Most opponents don’t have enough speed in the secondary to cover both at the same time — but Capital does.
That alone should make for an interesting evening when Capital invades Redskins Stadium in Hurricane on Friday for a battle of Class AAA contenders. Kickoff is set for 7 p.m.
Hurricane (4-1) enters the game holding the No. 6 position in the playoff ratings, one spot ahead of the Cougars (3-2).
Williams leads the MSAC in yards per reception at a whopping 27.9 and has hauled in seven touchdowns. In last week’s win against Spring Valley, Williams had big-play TDs of 79, 37 and 58 yards on passes from quarterback Nathan Roy.
Cordon has snagged five touchdowns this year and also ran 18 yards for a score against Spring Valley and returned a kickoff 81 yards for a TD against Winfield.

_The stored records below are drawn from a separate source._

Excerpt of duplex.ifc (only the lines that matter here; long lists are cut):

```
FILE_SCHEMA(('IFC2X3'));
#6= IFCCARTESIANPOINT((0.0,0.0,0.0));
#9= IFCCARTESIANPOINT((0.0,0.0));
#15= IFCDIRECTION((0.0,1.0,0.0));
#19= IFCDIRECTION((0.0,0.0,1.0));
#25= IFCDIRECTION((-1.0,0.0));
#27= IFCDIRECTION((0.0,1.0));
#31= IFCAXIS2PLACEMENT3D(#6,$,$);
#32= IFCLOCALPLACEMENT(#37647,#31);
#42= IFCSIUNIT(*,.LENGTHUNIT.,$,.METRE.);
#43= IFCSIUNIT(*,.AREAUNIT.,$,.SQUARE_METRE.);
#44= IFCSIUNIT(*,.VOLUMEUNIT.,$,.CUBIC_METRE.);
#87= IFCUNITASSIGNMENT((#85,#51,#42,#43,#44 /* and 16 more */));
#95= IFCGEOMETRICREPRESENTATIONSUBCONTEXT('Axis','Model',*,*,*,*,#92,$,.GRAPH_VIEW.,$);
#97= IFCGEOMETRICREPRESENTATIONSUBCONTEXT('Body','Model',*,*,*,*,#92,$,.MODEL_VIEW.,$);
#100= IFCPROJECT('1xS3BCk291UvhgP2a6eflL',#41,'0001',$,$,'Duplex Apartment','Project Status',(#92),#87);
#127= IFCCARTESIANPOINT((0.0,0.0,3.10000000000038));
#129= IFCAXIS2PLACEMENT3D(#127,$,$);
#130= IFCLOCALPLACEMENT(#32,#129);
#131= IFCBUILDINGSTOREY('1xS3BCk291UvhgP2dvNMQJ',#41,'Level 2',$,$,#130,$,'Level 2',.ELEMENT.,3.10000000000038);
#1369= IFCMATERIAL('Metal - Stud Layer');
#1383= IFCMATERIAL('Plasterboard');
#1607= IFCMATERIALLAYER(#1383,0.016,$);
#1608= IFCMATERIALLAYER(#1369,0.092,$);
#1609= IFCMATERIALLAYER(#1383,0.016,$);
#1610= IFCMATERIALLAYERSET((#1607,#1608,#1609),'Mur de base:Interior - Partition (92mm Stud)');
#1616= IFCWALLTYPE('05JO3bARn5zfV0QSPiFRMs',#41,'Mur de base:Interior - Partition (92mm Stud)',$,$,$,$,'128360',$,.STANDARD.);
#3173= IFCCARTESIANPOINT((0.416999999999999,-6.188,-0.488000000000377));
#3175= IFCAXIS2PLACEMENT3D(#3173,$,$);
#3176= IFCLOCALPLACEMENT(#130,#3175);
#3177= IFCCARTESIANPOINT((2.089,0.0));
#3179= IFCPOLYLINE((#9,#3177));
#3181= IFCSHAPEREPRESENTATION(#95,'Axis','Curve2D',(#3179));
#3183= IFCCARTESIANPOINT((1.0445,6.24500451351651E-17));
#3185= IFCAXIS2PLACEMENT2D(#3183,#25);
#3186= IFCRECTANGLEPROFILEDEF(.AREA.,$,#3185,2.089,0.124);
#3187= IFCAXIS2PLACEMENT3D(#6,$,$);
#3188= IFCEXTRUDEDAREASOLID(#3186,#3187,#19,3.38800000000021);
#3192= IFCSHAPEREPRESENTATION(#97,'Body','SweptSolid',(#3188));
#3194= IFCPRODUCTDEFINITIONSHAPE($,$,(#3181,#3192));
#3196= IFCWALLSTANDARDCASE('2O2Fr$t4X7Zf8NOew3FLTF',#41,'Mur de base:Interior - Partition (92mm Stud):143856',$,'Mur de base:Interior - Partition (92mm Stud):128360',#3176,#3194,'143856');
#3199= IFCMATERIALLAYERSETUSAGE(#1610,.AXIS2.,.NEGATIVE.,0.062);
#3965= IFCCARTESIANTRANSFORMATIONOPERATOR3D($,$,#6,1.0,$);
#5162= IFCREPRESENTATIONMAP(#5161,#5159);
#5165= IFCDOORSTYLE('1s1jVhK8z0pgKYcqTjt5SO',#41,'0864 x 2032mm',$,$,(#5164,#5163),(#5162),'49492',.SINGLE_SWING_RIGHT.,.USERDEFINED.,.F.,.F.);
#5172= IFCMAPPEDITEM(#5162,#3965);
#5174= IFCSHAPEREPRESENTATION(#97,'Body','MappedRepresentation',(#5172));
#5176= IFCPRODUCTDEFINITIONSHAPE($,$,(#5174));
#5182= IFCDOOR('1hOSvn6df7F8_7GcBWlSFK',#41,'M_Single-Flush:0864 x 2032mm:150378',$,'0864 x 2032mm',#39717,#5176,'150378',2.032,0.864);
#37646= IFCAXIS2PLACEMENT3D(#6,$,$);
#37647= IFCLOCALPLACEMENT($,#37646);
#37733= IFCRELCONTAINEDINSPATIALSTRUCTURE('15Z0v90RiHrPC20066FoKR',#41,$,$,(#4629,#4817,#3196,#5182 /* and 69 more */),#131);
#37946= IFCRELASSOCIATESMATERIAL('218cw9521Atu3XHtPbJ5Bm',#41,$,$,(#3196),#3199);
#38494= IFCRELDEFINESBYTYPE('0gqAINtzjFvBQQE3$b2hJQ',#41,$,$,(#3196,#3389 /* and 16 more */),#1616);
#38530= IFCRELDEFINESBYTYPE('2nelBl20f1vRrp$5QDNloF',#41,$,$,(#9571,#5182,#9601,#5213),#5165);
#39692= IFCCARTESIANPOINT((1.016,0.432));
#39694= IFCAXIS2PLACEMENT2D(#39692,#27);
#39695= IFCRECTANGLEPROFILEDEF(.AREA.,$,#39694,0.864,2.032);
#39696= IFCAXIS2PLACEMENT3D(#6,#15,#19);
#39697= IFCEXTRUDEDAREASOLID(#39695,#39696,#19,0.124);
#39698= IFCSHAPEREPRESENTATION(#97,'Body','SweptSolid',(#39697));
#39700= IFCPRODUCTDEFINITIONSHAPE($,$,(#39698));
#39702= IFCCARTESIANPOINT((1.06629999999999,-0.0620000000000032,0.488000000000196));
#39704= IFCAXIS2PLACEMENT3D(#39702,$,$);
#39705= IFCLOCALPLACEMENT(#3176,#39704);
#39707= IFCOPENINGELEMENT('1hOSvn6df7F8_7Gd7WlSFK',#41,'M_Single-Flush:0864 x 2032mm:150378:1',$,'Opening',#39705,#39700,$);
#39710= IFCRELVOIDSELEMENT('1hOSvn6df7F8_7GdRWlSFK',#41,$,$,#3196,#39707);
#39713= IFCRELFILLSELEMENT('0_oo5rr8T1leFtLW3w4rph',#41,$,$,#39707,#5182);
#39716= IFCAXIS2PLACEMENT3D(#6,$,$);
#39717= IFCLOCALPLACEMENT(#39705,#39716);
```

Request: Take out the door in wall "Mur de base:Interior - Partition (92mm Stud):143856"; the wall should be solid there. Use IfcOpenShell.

```python
import ifcopenshell
import ifcopenshell.api.feature
import ifcopenshell.api.root
import ifcopenshell.geom
import ifcopenshell.util.shape

model = ifcopenshell.open("duplex.ifc")
settings = ifcopenshell.geom.settings()


def volume(element):
    """Net volume in cubic metres, openings subtracted."""
    shape = ifcopenshell.geom.create_shape(settings, element)
    return ifcopenshell.util.shape.get_volume(shape.geometry)


door = model.by_guid("1hOSvn6df7F8_7GcBWlSFK")
opening = door.FillsVoids[0].RelatingOpeningElement
wall = opening.VoidsElements[0].RelatingBuildingElement
before = volume(wall)

ifcopenshell.api.root.remove_product(model, product=door)
ifcopenshell.api.feature.remove_feature(model, feature=opening)

after = volume(wall)

print(f"wall volume {before:.3f} -> {after:.3f} m3")

model.write("duplex_edited.ifc")
```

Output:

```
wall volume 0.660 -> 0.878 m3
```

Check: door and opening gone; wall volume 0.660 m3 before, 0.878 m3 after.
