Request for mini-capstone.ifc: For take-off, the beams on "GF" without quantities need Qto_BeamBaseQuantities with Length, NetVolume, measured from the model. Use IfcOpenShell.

First a look at what the model holds.

```python
import ifcopenshell
import ifcopenshell.util.element
import ifcopenshell.util.unit

model = ifcopenshell.open("mini-capstone.ifc")
print(model.schema)
for unit_type in ("LENGTHUNIT", "AREAUNIT", "VOLUMEUNIT"):
    print(unit_type, ifcopenshell.util.unit.calculate_unit_scale(model, unit_type))
storey = next(s for s in model.by_type("IfcBuildingStorey") if s.Name == "GF")
beams = [e for e in ifcopenshell.util.element.get_decomposition(storey) if e.is_a("IfcBeam")]
for e in sorted(beams, key=lambda e: e.id()):
    print(e.id(), e.is_a(), e.Name, list(ifcopenshell.util.element.get_psets(e, qtos_only=True)), sep=" | ")
```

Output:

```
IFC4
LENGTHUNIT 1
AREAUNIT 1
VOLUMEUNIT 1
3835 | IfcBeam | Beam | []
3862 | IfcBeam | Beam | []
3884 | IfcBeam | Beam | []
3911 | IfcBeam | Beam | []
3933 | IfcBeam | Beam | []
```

```python
import ifcopenshell
import ifcopenshell.api.pset
import ifcopenshell.geom
import ifcopenshell.util.element
import ifcopenshell.util.shape
import ifcopenshell.util.unit

model = ifcopenshell.open("mini-capstone.ifc")
unit_scale = ifcopenshell.util.unit.calculate_unit_scale(model)
volume_scale = ifcopenshell.util.unit.calculate_unit_scale(model, "VOLUMEUNIT")
settings = ifcopenshell.geom.settings()

storey = next(s for s in model.by_type("IfcBuildingStorey") if s.Name == "GF")
beams = [e for e in ifcopenshell.util.element.get_decomposition(storey) if e.is_a("IfcBeam")]

for e in sorted(beams, key=lambda e: e.id()):
    if ifcopenshell.util.element.get_psets(e, qtos_only=True, should_inherit=False):
        continue
    # Geometry comes back in metres, in the element's own axes.
    shape = ifcopenshell.geom.create_shape(settings, e)
    values = {
        "Length": ifcopenshell.util.shape.get_max_xyz(shape.geometry) / unit_scale,
        "NetVolume": ifcopenshell.util.shape.get_volume(shape.geometry) / volume_scale,
    }
    qto = ifcopenshell.api.pset.add_qto(model, product=e, name="Qto_BeamBaseQuantities")
    ifcopenshell.api.pset.edit_qto(model, qto=qto, properties=values)
    print(e.id(), {k: round(v, 3) for k, v in values.items()})

model.write("mini-capstone_rev.ifc")
```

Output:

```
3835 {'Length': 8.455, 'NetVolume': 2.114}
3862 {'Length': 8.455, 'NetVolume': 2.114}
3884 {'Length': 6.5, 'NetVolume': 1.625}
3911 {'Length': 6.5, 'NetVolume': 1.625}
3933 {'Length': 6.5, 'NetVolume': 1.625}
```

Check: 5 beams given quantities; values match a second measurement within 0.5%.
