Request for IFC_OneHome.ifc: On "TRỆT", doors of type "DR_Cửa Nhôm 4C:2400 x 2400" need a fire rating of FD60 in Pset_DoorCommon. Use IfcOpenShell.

First a look at what the model holds.

```python
import ifcopenshell
import ifcopenshell.util.element

model = ifcopenshell.open("IFC_OneHome.ifc")
print(model.schema)
storey = next(s for s in model.by_type("IfcBuildingStorey") if s.Name == "TRỆT")
doors = [e for e in ifcopenshell.util.element.get_decomposition(storey) if e.is_a("IfcDoor")]
seen = {}
for e in doors:
    element_type = ifcopenshell.util.element.get_type(e)
    key = (element_type.Name if element_type != e and element_type else None, ifcopenshell.util.element.get_pset(e, "Pset_DoorCommon", "FireRating"))
    seen[key] = seen.get(key, 0) + 1
for (name, value), count in sorted(seen.items(), key=str):
    print(count, "x", name, "|", value)
```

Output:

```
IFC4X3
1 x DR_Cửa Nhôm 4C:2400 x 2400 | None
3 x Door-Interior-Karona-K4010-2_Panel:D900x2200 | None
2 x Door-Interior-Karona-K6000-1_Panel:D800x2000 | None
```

```python
import ifcopenshell
import ifcopenshell.api.pset
import ifcopenshell.util.element

model = ifcopenshell.open("IFC_OneHome.ifc")

storey = next(s for s in model.by_type("IfcBuildingStorey") if s.Name == "TRỆT")
doors = [e for e in ifcopenshell.util.element.get_decomposition(storey) if e.is_a("IfcDoor")]

count = 0
for e in doors:
    element_type = ifcopenshell.util.element.get_type(e)
    if element_type in (None, e) or element_type.Name != "DR_Cửa Nhôm 4C:2400 x 2400":
        continue
    # add_pset returns the element's existing set when there is one.
    pset = ifcopenshell.api.pset.add_pset(model, product=e, name="Pset_DoorCommon")
    ifcopenshell.api.pset.edit_pset(model, pset=pset, properties={"FireRating": "FD60"})
    count += 1

print(count, "doors updated")

model.write("IFC_OneHome-out.ifc")
```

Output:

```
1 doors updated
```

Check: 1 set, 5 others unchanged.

Capital coach Jon Carpenter doesn’t think his defense will attempt anything special to combat Hurricane’s dynamic receiving duo.
“I don’t think we can draw anything up different,’’ he said. “We’ll play what we’ve been playing, and see how that goes.’’
Hurricane coach Jeremy Taylor notes that Williams and Cordon won’t be able to burn Capital’s secondary the way they do to most defenses.
“It’s the same old Capital,’’ Taylor said. “They’re as fast or faster than we are. A lot of size and a lot of speed. They’ve got talent running everywhere.
“Even when they mess up and you exploit something, they just run you down. Against other teams, it would be a touchdown. Against them, it’s a 25-yard gain. And if they break one, it’s gone.’’
Ah, yes. Not only can Capital run with Hurricane’s receivers, it can also match the Skins in game-changing wideouts with Deishawn Harper and Anthony Pittman. Harper averages 24.4 yards per reception with four TDs for the Cougars, and Pittman averages 21.4 with five scores.
The Cougars’ third talented wideout, K.J. Figures, is expected to miss the game with a shoulder injury.
Capital certainly made the most of its speed in last year’s meeting with Hurricane, racing out to a 33-0 lead after one quarter and settling for a 61-20 victory. Quarterback Kerry Martin Jr. threw for 320 yards and six touchdowns that night and ran six times for 62 yards.
“They were better than we were last year,’’ Taylor said. “They exploited a lot of things we tried to do, and we had a ton of turnovers. This year, we’re not coming in as beat up as the last time we played them, which is always good. If we want to compete with anybody, we have to keep the game within reach and try to pull it out.’’
Hurricane’s pass defense has been one of its strong points this season, allowing only 78 yards per game, and also registering six sacks and three interceptions.
“I told our players that I think we’ve gotten better each week,’’ Taylor said, “and if you want to be a great football team, you’ve got to get better each week.’’
Carpenter said he saw some encouraging signs from his team in its last game, a 24-21 loss at No. 1 Huntington two weeks ago. He hopes the good vibes carry over to the second half of the season.
“That’s always the deal around here,’’ Carpenter said, “how fast can you get them to buy into doing things right? We got a lot of eyes opened that night, so we’ll see if that’s the case.
“We always practice well. We just need to focus in on the little things. If we can major in minor things, we’d be pretty good. That’s the difference in a big game, about eight plays. That’s what decides who wins and loses. A lack of focus on assignments and doing your job shows up on those eight plays. All of them went against us [at Huntington], and it didn’t give us a chance to win.’’
Capital has won 12 of 16 games in a series that began in 1999, and the teams have met every year since 2008. Hurricane won back-to-back decisions in 2001-02 and 2012-13.